15 Ara 2025 - 11:04 YAYINLANMA

Eğer bir toplum, Tanrı’nın değişmez, eskimez ve değiştirilemez yasalarına bağlı olarak yönetiliyorsa, rejimin adı ne olursa olsun, Tanrı’nın kayıtsız koşulsuz egemenliğindesiniz ve din devletinde yönetiliyorsunuz demektir. Fakat insanların fikir ve düşüncelerinden var olan, zamana ve gelişen şartlara göre değiştirilebilen, yasalarla düzenlenen bir yönetimde yaşıyorsanız, hukuk devletinde halkın kayıtsız şartsız egemenliği ile yönetiliyorsunuz demektir.

     Mesela Vatikan Cumhuriyet adı altında çok sert kuralları olan bir din devleti. Buna Müslüman ülke örnekleri de verebiliriz, İran İslam Cumhuriyeti gibi. Buna karşın, İngiltere ise, adı üstünde büyük Britanya Krallığı ama tam anlamıyla bir hukuk devleti.
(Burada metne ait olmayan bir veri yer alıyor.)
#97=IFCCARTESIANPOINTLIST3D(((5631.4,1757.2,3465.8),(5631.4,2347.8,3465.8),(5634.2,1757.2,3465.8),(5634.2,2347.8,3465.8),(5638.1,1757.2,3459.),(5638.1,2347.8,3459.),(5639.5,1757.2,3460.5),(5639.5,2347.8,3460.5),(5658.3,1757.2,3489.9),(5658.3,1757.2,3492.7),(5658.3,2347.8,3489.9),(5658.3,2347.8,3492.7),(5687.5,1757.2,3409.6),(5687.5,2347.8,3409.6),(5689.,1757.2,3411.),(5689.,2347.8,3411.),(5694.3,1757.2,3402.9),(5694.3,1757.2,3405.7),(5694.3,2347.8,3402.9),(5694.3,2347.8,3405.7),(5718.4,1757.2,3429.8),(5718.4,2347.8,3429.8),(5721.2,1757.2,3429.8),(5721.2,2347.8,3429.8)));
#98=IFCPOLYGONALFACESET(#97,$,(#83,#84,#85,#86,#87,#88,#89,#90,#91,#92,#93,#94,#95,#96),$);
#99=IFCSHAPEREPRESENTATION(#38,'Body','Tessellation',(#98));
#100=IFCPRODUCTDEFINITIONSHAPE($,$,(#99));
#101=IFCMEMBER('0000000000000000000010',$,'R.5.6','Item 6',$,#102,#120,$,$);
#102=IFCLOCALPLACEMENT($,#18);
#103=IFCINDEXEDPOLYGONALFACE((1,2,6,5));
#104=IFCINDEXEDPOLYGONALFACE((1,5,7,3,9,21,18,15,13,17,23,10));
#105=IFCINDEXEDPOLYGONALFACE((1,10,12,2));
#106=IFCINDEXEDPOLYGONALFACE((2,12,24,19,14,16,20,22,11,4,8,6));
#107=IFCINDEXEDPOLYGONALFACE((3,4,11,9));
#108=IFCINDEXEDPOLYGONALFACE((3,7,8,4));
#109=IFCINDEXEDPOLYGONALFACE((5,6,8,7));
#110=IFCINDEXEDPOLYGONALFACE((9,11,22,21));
     Din devletlerinde yasalar kuşkusuz Tanrı’nın yasalarıdır. Kendilerini Tanrı’nın yaslarının uygulayıcısı olarak görenler ise, Halife, Papa, Haham yada Papa dır. Bunlar ister soydan gelsin, ister demokratik seçimle gelsinler yetkileri tanrısaldır. Uygulamaları Şeriattır.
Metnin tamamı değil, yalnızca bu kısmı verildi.